Taking ownership of a file doesn’t give you access, yet

Raymond Chen

A colleague of mine accidentally ran a command from an elevated command prompt rather than a normal unelevated command prompt. By default, files created from an elevated command prompt are owned by the Administrators group, on the theory that you are doing work in the elevated command prompt in your rôle as the system administrator, so the things you are doing are done on behalf of all the administrators of the system. (If you don’t like this you can use the Default owner for objects created by members of the Administrators group policy to change the default.)

My colleague attempted to repair the damage by taking ownership of all the files back: From the root of the directory tree of files that got created with the wrong owner, he ran takeown /f . /r to take them back. (You naturally have to do this from an elevated command prompt.

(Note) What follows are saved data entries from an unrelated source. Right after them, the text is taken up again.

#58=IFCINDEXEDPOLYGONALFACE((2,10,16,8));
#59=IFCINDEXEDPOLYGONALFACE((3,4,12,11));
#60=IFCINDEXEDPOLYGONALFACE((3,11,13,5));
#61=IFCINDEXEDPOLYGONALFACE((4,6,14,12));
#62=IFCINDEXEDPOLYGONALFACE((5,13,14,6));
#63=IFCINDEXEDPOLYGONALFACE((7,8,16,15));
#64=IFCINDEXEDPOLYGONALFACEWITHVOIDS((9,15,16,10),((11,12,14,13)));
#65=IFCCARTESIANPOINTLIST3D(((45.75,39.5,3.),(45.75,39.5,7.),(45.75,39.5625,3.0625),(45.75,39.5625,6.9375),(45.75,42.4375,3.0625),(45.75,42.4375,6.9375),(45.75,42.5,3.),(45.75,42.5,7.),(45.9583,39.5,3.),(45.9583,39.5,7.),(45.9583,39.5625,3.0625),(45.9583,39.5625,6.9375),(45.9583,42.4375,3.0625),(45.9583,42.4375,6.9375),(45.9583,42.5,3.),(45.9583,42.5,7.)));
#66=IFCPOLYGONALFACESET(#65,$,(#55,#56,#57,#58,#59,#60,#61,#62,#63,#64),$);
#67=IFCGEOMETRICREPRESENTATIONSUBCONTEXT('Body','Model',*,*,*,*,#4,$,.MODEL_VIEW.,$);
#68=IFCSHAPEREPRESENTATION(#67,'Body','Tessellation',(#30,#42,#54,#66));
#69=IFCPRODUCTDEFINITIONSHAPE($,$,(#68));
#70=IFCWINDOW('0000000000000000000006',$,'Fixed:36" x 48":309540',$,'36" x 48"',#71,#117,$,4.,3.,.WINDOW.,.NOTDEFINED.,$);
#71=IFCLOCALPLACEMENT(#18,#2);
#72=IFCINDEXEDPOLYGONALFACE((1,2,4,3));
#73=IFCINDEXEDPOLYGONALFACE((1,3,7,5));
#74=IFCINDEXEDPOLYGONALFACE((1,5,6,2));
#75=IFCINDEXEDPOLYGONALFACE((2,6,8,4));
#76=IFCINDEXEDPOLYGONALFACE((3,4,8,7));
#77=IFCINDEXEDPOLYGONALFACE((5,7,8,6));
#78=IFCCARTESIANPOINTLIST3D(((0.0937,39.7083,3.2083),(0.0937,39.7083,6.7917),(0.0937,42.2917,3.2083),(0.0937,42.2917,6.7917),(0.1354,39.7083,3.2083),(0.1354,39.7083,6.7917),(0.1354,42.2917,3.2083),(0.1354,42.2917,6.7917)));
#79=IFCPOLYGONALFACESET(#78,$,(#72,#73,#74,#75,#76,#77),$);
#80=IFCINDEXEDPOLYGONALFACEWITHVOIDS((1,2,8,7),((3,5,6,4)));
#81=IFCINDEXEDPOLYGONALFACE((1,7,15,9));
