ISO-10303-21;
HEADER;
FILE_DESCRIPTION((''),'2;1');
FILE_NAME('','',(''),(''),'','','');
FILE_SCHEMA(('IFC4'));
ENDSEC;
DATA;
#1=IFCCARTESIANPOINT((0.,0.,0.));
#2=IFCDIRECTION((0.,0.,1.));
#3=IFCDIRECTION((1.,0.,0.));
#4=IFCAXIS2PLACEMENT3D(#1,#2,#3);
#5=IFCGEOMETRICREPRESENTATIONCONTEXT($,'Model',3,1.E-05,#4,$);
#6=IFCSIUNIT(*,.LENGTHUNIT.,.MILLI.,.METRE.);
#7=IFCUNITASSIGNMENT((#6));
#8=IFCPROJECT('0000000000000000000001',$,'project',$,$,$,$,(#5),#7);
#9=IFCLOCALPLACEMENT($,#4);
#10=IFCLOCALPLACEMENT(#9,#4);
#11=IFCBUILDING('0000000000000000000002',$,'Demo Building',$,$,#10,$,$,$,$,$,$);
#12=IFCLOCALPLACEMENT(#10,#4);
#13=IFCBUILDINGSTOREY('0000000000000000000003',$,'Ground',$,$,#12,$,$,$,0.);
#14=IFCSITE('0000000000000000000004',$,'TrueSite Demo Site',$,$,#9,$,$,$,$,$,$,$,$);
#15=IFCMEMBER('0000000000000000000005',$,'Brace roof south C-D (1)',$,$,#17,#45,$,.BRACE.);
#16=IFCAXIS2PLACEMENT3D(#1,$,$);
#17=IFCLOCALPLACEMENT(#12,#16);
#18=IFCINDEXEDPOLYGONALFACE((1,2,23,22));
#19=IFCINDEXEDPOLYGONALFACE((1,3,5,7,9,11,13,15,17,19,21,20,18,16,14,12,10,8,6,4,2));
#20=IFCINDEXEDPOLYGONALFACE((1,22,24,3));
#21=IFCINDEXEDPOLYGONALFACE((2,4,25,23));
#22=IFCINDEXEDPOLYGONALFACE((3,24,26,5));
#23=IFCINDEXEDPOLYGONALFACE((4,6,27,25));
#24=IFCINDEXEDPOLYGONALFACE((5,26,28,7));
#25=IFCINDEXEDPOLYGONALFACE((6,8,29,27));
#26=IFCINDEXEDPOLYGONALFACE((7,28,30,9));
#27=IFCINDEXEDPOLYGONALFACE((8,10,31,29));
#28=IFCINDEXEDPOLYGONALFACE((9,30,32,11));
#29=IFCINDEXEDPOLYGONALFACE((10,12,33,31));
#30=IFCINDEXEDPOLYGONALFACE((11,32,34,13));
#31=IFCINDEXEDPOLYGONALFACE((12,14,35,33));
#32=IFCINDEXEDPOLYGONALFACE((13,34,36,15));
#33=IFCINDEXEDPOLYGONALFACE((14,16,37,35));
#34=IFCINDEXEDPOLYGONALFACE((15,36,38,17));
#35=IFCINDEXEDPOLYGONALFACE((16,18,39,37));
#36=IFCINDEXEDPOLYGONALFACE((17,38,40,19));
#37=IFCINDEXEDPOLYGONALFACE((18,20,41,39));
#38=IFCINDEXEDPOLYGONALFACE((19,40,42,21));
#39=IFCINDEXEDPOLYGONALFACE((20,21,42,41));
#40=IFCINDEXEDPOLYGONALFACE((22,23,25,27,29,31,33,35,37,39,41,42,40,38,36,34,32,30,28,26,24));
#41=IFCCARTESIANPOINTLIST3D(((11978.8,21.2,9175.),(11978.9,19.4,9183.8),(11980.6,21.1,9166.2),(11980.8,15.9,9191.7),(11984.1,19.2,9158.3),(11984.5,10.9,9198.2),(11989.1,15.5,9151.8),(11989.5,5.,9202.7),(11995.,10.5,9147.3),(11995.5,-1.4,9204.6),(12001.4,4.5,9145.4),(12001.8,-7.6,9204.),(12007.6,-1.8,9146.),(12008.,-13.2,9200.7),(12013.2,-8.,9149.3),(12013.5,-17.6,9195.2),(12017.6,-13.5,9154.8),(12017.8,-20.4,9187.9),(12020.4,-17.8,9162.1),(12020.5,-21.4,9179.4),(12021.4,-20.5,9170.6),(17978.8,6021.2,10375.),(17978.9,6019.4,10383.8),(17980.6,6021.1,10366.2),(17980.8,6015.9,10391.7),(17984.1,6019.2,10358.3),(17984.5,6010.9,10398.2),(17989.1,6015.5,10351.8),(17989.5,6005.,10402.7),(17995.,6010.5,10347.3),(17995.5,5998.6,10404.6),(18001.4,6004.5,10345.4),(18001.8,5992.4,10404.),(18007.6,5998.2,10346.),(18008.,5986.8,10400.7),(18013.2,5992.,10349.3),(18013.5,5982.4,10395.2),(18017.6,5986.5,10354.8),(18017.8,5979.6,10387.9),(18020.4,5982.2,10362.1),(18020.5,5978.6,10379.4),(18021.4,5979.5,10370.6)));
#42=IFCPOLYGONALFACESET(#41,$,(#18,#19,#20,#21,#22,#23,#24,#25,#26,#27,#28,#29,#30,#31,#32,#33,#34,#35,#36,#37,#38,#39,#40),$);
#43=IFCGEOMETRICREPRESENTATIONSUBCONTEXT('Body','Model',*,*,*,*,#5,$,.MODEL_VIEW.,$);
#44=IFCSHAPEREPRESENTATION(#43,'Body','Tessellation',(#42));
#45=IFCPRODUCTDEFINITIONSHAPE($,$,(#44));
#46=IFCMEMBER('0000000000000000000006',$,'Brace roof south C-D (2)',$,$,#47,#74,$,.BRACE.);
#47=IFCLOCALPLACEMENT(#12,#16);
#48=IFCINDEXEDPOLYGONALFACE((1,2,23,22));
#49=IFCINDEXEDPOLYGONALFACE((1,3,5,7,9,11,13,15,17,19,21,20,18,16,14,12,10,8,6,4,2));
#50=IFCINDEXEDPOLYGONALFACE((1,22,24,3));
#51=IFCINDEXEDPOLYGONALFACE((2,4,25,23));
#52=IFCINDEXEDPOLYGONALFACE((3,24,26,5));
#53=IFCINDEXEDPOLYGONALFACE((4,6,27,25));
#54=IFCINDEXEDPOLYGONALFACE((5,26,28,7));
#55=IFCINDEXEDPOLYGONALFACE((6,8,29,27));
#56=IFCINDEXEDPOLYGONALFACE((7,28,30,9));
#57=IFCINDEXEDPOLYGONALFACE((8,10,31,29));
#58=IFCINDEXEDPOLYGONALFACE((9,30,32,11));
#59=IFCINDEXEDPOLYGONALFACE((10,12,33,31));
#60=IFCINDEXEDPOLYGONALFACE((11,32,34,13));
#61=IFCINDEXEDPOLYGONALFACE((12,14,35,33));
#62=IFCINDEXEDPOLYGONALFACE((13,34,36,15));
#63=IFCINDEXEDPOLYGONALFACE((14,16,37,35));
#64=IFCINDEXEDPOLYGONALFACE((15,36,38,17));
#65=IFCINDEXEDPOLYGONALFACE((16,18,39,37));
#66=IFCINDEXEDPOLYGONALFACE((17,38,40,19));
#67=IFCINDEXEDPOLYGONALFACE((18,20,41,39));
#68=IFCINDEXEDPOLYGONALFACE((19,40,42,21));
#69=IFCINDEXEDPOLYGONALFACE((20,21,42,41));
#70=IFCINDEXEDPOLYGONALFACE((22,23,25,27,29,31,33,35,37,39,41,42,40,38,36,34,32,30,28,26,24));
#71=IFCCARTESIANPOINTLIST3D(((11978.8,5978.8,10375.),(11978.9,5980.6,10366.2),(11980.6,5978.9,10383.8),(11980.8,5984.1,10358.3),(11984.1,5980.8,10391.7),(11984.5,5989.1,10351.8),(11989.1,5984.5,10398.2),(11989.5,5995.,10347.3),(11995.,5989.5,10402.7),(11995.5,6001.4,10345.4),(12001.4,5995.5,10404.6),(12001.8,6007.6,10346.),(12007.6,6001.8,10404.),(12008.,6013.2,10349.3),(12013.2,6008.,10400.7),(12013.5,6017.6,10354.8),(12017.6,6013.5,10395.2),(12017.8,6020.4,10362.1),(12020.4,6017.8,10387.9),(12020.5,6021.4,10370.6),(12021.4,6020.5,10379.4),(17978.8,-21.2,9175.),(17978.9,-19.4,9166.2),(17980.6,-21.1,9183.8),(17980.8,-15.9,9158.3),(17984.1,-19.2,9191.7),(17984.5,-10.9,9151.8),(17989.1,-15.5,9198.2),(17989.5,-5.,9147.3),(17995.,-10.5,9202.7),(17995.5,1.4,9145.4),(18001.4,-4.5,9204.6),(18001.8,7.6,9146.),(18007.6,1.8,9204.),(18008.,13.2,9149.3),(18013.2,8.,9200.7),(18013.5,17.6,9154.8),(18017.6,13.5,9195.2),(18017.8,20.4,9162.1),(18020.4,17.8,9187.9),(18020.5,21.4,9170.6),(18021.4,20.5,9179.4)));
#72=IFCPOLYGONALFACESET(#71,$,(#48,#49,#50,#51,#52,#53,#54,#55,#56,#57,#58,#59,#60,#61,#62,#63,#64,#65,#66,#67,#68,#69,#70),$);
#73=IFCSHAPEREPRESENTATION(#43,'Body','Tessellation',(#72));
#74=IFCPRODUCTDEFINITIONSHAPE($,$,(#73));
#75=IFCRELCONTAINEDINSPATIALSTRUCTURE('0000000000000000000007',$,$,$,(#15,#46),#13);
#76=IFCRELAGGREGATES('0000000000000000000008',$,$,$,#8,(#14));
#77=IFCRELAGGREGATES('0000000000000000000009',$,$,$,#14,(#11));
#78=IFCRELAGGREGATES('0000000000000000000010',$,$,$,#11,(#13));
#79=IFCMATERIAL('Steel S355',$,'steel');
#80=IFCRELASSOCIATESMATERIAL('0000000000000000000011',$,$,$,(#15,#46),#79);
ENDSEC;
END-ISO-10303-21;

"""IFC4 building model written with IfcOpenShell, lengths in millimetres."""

from ifc_helpers import new_model, si_unit, frame, origin_with_axes, place, context, subcontext, project, spatial, circle, extrude, material, element, save


model = new_model("IFC4")

# Units and contexts
model_context = context("Model", 3, precision=1e-05, world=origin_with_axes())
body_context = subcontext(model_context, "Body", "Model", "MODEL_VIEW")
ifc_project = project(units=[si_unit("LENGTHUNIT", "METRE", prefix="MILLI")], contexts=[model_context])

# Site, building, storey
site_placement = place(None, origin_with_axes())
site = spatial("IfcSite", under=ifc_project, at=site_placement, Name="TrueSite Demo Site")
building_placement = place(site_placement, origin_with_axes())
building = spatial("IfcBuilding", under=site, at=building_placement, Name="Demo Building")
storey_placement = place(building_placement, origin_with_axes())
storey = spatial("IfcBuildingStorey", under=building, at=storey_placement, Name="Ground", Elevation=0.0)

# Shared definitions
ifc_material_1 = material(Name="Steel S355", Category="steel")

# Members
for number, where, z_axis, x_axis, name in (
    (1, (12000.0, 0.0, 9175.0), (0.70014, 0.70014, 0.140028), (-0.707107, 0.707107, 0.0), "Brace roof south C-D (1)"),
    (2, (18000.0, 0.0, 9175.0), (-0.70014, 0.70014, 0.140028), (-0.707107, -0.707107, 0.0), "Brace roof south C-D (2)"),
):
    element("IfcMember", number, at=place(storey_placement, frame(where, z_axis=z_axis, x_axis=x_axis)), inside=storey, material=ifc_material_1, Name=name, PredefinedType="BRACE", context=body_context, shape_type="SweptSolid", body=[
        extrude(circle(Radius=30.0), origin_with_axes(), (0.0, 0.0, 1.0), 8569.7),
    ])

save(model, "model.ifc")
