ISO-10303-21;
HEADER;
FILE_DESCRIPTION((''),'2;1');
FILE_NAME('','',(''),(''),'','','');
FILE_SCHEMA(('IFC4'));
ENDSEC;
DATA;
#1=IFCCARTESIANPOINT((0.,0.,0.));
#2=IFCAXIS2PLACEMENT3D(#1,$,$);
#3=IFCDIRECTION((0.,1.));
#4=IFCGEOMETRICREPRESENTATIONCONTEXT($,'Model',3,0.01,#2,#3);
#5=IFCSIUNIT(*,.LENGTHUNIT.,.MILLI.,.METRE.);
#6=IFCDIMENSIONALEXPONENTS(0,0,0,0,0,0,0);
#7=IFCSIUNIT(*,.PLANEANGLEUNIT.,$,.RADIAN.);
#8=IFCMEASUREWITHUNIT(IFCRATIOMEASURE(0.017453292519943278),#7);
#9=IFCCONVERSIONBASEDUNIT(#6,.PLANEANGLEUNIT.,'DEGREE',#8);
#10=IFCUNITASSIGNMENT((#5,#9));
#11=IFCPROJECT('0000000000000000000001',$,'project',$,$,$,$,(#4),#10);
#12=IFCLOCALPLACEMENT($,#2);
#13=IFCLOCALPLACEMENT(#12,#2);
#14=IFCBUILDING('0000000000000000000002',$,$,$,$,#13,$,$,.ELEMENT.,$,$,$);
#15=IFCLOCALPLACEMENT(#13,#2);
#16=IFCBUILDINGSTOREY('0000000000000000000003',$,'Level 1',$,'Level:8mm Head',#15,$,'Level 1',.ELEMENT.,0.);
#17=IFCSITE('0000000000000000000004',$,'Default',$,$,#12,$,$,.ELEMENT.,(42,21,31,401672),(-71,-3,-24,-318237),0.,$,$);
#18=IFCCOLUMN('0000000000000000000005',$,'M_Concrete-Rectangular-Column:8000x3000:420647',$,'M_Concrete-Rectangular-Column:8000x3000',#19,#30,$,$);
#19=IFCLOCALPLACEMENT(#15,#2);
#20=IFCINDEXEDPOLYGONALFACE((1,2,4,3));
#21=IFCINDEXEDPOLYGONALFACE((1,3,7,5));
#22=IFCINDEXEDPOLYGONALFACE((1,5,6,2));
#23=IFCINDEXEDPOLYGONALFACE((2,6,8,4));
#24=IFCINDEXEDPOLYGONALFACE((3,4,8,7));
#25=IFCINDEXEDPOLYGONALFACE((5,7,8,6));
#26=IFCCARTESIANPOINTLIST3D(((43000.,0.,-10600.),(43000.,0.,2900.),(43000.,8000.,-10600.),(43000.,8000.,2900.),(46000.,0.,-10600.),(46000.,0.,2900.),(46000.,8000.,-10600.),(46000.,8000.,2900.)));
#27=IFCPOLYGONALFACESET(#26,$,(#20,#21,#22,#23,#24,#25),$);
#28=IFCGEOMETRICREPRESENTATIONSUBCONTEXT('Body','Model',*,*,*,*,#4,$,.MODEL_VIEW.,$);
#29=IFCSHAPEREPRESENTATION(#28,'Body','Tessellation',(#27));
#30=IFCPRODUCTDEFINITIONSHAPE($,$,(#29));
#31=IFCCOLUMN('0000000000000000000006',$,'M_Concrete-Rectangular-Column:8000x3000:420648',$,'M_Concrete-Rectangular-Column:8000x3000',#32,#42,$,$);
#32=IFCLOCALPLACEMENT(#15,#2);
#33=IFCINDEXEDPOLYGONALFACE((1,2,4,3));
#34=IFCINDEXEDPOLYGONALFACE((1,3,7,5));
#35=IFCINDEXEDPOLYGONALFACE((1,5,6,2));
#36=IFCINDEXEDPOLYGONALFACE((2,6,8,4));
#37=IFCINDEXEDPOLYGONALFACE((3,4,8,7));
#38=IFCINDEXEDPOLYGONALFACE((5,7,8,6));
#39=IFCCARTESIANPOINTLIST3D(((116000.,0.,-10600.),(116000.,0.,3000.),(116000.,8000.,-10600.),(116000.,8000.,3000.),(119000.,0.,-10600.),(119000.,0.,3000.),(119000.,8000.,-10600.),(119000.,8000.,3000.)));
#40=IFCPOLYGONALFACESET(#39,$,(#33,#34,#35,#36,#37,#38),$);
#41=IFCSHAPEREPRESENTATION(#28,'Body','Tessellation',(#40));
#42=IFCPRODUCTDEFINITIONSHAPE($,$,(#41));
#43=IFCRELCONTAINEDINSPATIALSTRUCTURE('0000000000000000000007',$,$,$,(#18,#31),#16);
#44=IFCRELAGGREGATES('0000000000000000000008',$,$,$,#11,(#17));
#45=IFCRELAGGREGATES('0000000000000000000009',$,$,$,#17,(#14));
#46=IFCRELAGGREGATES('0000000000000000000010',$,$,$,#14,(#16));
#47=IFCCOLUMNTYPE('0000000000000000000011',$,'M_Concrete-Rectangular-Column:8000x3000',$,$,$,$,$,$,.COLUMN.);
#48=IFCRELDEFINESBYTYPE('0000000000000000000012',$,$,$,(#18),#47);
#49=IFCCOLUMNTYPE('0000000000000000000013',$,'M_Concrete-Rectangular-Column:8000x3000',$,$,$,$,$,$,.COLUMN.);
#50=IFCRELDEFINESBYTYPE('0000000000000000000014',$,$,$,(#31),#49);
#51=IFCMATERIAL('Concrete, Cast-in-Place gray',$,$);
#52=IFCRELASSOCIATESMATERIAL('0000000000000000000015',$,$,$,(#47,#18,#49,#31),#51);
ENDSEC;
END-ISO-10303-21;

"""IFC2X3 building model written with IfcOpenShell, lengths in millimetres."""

from ifc_helpers import new_model, entity, si_unit, converted_unit, direction, frame, origin, origin_2d_with_axis, place, context, subcontext, project, spatial, rectangle, extrude, source, transform, mapped, material, type_object, type_shapes, element, save


model = new_model("IFC2X3")

# Units and contexts
model_context = context("Model", 3, precision=0.01, world=origin(), true_north=direction((0.0, 1.0)))
body_context = subcontext(model_context, "Body", "Model", "MODEL_VIEW")
ifc_project = project(units=[si_unit("LENGTHUNIT", "METRE", prefix="MILLI"), converted_unit("PLANEANGLEUNIT", "DEGREE", entity("IfcRatioMeasure", 0.017453292519943278), si_unit("PLANEANGLEUNIT", "RADIAN"), dimensions=[0, 0, 0, 0, 0, 0, 0])], contexts=[model_context])

# Site, building, storey
site_placement = place(None, origin())
site = spatial("IfcSite", under=ifc_project, at=site_placement, Name="Default", CompositionType="ELEMENT", RefLatitude=(42, 21, 31, 401672), RefLongitude=(-71, -3, -24, -318237), RefElevation=0.0)
building_placement = place(site_placement, origin())
building = spatial("IfcBuilding", under=site, at=building_placement, CompositionType="ELEMENT")
storey_placement = place(building_placement, origin())
storey = spatial("IfcBuildingStorey", under=building, at=storey_placement, Name="Level 1", ObjectType="Level:8mm Head", LongName="Level 1", CompositionType="ELEMENT", Elevation=0.0)

# Columns
ifc_material = material(Name="Concrete, Cast-in-Place gray")
column_type_1 = type_object("IfcColumnType", Name="M_Concrete-Rectangular-Column:8000x3000", PredefinedType="COLUMN", material=ifc_material)
shared_shape_1 = source(origin(), body_context, "Body", "SweptSolid", [
    extrude(rectangle(XDim=3000.0, YDim=8000.0, at=origin_2d_with_axis()), frame((0.0, 0.0, -10600.0), z_axis=(0.0, 0.0, 1.0), x_axis=(0.0, -1.0, 0.0)), (0.0, 0.0, 1.0), 13500.0),
])
type_shapes(column_type_1, [shared_shape_1])
column_1_placement = place(storey_placement, frame((44500.0, 4000.0, 0.0), z_axis=(0.0, 0.0, 1.0), x_axis=(0.0, -1.0, 0.0)))
element("IfcColumn", 1, at=column_1_placement, inside=storey, type_object=column_type_1, material=ifc_material, Name="M_Concrete-Rectangular-Column:8000x3000:420647", ObjectType="M_Concrete-Rectangular-Column:8000x3000", context=body_context, shape_type="MappedRepresentation", body=[
    mapped(shared_shape_1, transform((0.0, 0.0, 0.0), scale=1.0)),
])
column_type_2 = type_object("IfcColumnType", Name="M_Concrete-Rectangular-Column:8000x3000", PredefinedType="COLUMN", material=ifc_material)
shared_shape_2 = source(origin(), body_context, "Body", "SweptSolid", [
    extrude(rectangle(XDim=3000.0, YDim=8000.0, at=origin_2d_with_axis()), frame((0.0, 0.0, -10600.0), z_axis=(0.0, 0.0, 1.0), x_axis=(0.0, -1.0, 0.0)), (0.0, 0.0, 1.0), 13600.0),
])
type_shapes(column_type_2, [shared_shape_2])
column_2_placement = place(storey_placement, frame((117500.0, 4000.0, 0.0), z_axis=(0.0, 0.0, 1.0), x_axis=(0.0, 1.0, 0.0)))
element("IfcColumn", 2, at=column_2_placement, inside=storey, type_object=column_type_2, material=ifc_material, Name="M_Concrete-Rectangular-Column:8000x3000:420648", ObjectType="M_Concrete-Rectangular-Column:8000x3000", context=body_context, shape_type="MappedRepresentation", body=[
    mapped(shared_shape_2, transform((0.0, 0.0, 0.0), scale=1.0)),
])

save(model, "model.ifc")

Since you left off the /A flag, this assigns ownership to you personally, rather than to the administrators group.)

“I can confirm that I am the owner by using the dir /q command, but I still don’t have access. What gives?”

Having ownership of a file does not automatically grant you full access. Users always have WRITE_DAC permission on objects they own, but that’s all. If you want more, you need to leverage WRITE_DAC into full access.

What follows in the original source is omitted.